[Dataset entries]
▼

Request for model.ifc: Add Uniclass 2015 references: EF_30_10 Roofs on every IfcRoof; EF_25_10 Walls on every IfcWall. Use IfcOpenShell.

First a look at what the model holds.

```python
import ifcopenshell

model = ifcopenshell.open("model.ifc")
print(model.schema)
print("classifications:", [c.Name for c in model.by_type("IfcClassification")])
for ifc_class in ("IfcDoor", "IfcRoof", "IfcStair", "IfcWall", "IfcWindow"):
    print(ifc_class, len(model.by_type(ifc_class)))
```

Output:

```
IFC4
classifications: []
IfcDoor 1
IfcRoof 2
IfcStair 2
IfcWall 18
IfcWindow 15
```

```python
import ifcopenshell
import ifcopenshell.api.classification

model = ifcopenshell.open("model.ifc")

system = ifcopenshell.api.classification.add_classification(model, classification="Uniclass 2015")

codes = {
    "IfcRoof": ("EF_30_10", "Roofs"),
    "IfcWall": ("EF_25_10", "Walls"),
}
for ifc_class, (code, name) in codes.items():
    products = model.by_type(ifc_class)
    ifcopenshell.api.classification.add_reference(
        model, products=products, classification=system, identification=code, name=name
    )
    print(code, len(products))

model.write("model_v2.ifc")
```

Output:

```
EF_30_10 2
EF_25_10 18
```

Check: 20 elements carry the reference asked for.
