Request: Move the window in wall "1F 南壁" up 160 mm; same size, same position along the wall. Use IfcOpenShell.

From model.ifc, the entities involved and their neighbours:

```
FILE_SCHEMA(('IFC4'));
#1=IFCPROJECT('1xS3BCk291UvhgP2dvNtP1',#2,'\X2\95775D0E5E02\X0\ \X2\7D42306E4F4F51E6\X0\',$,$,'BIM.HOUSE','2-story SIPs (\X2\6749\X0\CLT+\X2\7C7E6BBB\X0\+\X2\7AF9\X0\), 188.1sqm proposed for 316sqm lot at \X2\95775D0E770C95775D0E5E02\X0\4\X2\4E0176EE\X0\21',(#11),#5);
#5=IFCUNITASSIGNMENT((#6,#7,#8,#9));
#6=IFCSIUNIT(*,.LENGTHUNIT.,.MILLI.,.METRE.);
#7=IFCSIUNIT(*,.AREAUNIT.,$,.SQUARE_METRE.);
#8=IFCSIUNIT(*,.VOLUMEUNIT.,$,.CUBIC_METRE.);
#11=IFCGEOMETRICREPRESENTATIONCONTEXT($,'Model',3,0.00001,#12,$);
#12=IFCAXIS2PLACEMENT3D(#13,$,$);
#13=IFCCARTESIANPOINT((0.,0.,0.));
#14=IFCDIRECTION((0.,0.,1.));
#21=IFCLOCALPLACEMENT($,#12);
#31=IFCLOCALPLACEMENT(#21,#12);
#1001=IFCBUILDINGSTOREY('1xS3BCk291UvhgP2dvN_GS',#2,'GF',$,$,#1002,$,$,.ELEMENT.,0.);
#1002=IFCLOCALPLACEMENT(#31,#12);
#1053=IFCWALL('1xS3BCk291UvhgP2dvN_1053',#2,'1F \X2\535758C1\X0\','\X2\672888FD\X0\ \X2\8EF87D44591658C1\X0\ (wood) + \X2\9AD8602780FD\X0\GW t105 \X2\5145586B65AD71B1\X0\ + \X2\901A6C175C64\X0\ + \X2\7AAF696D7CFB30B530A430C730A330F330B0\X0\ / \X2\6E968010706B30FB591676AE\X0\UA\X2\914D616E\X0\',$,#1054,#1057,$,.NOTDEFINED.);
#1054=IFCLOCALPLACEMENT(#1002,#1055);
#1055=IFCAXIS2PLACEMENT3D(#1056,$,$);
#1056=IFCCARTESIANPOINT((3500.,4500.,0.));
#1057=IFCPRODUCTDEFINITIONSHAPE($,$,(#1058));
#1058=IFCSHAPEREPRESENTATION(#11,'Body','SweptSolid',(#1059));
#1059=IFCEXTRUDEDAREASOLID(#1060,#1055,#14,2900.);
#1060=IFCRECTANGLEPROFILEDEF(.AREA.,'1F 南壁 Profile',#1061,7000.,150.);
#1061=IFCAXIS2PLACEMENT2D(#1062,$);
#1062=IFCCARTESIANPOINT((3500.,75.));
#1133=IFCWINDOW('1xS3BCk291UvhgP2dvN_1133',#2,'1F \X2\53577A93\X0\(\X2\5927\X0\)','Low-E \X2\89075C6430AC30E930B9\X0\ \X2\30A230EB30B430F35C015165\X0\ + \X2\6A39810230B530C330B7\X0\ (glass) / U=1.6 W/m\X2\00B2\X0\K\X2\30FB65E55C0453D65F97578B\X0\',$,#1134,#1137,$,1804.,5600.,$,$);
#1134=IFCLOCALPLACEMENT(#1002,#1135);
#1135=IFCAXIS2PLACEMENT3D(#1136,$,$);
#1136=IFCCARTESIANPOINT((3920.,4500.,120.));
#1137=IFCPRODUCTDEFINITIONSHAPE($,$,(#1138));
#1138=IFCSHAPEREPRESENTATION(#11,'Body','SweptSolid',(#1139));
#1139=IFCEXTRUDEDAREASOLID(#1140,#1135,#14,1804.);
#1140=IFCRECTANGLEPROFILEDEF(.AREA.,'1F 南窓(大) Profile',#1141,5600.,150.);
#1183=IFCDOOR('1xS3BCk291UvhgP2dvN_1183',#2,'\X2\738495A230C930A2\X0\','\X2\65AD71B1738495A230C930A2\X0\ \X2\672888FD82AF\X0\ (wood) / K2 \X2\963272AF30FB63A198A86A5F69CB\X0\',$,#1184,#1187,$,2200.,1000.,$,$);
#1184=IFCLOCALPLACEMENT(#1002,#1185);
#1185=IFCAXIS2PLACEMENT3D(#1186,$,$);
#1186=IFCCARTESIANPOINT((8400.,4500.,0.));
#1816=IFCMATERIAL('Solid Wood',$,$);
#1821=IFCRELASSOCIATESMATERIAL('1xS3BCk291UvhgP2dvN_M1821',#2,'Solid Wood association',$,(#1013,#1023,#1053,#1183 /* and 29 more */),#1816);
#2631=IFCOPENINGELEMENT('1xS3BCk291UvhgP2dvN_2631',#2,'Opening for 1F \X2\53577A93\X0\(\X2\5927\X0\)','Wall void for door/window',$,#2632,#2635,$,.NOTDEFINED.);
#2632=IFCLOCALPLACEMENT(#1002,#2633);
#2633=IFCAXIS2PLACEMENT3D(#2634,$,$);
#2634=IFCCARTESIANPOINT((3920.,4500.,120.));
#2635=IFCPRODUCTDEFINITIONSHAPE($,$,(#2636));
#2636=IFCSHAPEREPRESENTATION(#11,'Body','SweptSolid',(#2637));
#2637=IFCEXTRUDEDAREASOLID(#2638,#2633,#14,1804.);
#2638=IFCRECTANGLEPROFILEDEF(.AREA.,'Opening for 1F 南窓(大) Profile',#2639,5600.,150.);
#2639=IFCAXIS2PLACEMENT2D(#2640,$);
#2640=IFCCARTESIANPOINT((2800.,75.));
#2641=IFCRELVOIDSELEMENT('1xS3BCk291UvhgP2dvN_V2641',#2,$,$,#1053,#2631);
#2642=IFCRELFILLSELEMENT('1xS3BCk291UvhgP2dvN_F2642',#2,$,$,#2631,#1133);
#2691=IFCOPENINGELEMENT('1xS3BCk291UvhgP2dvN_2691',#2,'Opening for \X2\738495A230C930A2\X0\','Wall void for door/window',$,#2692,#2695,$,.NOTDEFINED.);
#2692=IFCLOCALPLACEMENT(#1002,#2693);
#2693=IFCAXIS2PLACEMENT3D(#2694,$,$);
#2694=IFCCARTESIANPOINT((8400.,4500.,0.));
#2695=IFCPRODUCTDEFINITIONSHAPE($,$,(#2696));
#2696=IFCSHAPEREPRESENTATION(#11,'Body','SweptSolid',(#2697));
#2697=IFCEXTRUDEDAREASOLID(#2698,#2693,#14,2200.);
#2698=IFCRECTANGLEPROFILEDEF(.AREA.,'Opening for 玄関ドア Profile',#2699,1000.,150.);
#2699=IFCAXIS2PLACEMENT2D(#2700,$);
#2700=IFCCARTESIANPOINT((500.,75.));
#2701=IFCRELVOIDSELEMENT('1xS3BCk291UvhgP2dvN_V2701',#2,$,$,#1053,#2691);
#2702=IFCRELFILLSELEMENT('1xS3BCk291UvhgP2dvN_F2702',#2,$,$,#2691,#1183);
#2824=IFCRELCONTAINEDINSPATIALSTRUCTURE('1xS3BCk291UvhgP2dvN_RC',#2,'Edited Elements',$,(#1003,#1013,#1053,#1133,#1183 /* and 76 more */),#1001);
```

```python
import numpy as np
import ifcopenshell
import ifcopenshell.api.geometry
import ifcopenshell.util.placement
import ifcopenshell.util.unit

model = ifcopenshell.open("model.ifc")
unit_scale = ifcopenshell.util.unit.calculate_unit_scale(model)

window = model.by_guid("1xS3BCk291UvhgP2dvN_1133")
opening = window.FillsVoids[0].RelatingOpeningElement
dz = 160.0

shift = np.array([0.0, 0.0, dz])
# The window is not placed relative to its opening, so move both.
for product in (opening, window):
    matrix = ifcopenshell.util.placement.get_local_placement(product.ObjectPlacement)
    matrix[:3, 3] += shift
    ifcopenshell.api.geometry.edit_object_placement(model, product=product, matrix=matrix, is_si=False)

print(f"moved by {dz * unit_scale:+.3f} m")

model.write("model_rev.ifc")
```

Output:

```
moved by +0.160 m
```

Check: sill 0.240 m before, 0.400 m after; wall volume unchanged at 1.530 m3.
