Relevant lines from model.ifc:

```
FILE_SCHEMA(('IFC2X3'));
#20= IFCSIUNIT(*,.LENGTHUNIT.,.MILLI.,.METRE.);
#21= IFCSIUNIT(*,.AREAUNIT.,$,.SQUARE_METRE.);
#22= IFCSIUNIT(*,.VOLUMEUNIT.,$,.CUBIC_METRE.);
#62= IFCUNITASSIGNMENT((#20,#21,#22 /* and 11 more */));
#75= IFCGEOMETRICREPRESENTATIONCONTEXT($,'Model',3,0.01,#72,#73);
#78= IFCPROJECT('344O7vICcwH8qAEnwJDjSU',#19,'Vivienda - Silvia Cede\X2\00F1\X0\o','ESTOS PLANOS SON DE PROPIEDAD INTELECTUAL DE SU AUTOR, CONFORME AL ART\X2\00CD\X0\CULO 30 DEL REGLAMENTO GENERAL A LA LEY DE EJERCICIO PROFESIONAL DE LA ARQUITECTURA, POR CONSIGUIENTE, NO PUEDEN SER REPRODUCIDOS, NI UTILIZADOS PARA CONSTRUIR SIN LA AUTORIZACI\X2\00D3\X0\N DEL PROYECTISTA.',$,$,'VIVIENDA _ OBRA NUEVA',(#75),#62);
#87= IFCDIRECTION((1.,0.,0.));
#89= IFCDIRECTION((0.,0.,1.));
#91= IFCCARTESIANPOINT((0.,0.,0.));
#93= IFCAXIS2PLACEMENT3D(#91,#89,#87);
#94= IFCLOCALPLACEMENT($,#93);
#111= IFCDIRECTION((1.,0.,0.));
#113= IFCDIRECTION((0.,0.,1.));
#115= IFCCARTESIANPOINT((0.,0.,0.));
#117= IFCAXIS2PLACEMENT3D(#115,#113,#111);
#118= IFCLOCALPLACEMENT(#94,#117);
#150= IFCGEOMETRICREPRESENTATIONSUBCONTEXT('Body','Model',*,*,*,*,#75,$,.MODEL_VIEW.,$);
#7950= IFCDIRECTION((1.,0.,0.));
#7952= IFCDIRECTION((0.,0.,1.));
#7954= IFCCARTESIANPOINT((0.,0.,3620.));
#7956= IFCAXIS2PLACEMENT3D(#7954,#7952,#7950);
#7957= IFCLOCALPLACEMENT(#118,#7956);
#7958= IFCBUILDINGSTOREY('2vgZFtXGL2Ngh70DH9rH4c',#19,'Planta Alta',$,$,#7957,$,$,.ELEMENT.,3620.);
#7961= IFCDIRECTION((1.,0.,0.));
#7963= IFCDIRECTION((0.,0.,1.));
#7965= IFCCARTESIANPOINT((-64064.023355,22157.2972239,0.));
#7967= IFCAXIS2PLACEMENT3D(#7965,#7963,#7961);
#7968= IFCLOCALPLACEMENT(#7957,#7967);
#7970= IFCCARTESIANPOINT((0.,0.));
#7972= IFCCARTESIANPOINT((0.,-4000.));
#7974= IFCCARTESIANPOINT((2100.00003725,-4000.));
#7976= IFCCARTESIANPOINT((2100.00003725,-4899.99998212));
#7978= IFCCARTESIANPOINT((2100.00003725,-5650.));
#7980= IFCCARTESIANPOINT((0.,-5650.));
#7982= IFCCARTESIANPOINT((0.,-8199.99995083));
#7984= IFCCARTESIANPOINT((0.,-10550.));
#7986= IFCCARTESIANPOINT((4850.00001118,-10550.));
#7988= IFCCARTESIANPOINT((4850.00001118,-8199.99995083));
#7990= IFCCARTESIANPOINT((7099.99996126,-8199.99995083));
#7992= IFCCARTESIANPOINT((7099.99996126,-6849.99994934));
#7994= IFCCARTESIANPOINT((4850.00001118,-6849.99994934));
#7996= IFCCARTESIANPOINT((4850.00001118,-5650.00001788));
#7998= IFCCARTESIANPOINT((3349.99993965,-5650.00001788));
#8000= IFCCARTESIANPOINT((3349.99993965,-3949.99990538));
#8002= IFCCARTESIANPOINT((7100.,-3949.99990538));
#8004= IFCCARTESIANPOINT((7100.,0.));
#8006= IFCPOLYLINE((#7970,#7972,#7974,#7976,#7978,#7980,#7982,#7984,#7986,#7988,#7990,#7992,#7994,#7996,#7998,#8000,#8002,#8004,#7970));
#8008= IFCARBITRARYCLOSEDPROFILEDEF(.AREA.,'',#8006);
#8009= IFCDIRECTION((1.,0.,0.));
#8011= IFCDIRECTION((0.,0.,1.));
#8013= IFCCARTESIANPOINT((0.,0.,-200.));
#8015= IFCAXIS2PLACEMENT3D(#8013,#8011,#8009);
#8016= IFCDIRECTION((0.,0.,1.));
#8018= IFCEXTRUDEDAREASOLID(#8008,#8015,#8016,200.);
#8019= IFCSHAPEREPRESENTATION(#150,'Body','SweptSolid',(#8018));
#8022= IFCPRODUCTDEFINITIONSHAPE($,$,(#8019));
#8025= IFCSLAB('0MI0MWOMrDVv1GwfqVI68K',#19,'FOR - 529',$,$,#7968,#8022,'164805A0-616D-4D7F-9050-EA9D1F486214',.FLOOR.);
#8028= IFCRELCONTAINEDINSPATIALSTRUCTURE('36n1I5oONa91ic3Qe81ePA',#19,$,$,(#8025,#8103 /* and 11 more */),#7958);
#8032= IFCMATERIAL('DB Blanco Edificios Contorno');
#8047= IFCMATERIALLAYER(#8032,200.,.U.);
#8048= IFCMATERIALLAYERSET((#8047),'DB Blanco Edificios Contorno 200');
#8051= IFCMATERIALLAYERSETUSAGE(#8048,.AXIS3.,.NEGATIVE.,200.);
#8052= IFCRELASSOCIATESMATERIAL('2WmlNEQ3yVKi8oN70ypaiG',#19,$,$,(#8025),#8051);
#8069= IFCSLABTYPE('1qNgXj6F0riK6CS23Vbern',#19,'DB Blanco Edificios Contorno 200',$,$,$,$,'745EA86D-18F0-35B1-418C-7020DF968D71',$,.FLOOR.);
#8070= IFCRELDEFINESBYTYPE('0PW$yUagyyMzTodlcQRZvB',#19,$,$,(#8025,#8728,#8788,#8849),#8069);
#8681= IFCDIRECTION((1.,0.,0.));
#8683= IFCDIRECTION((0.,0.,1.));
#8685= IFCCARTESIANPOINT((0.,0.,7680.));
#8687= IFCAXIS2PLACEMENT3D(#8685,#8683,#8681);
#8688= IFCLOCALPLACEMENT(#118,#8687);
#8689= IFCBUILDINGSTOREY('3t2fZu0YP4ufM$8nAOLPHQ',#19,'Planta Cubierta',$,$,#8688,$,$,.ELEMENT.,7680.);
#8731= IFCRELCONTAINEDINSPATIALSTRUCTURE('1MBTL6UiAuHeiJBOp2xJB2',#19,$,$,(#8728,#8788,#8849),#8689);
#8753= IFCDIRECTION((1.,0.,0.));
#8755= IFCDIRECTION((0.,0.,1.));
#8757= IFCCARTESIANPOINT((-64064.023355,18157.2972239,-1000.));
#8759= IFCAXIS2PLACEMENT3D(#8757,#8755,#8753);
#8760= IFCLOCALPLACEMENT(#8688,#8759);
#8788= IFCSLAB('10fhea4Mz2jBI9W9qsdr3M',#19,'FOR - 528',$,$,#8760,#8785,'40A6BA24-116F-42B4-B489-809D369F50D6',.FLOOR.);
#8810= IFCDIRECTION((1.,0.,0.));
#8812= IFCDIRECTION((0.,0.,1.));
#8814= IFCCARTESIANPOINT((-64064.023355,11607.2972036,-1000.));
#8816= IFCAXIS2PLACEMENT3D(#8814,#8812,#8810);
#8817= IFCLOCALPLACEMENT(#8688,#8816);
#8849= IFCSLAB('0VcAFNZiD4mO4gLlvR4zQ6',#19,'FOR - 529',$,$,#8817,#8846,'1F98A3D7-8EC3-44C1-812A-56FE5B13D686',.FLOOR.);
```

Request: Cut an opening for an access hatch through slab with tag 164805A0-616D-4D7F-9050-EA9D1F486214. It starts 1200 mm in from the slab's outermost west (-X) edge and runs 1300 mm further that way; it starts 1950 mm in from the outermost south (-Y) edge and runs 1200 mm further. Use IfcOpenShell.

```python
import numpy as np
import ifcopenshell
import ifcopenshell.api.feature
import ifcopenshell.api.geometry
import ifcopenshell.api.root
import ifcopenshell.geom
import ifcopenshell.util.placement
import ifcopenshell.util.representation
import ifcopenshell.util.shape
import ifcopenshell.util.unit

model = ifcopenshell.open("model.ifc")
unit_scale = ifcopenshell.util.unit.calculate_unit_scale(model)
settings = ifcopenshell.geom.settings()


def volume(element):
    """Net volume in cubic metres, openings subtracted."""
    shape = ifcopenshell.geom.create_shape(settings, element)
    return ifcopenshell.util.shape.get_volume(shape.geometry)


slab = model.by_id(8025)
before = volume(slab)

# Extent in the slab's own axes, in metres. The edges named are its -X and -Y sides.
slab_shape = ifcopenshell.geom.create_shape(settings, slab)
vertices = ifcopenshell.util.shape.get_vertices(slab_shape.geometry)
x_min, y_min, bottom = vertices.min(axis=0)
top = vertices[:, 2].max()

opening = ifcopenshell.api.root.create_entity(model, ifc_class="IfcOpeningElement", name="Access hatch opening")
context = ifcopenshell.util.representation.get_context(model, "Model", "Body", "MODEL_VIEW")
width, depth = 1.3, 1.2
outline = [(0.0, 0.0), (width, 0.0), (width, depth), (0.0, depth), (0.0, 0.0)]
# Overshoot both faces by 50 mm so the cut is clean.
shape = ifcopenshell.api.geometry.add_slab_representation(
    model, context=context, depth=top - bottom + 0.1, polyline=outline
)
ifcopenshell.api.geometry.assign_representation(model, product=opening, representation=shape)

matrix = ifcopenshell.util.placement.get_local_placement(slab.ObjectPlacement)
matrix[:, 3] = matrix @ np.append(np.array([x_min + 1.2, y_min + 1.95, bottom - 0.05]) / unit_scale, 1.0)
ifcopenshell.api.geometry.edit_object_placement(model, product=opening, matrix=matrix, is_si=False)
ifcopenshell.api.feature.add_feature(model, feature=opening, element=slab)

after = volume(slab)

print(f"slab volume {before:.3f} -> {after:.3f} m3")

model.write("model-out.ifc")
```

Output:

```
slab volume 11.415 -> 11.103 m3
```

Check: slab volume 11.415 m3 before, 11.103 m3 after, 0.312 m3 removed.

▲

* WORK TO BE COMPLETED *
Each line carrying the string "IFCRELVOIDSELEMENT" should be copied out from the entries.

* ANSWER BELOW *
#2641=IFCRELVOIDSELEMENT('1xS3BCk291UvhgP2dvN_V2641',#2,$,$,#1053,#2631);
#2701=IFCRELVOIDSELEMENT('1xS3BCk291UvhgP2dvN_V2701',#2,$,$,#1053,#2691);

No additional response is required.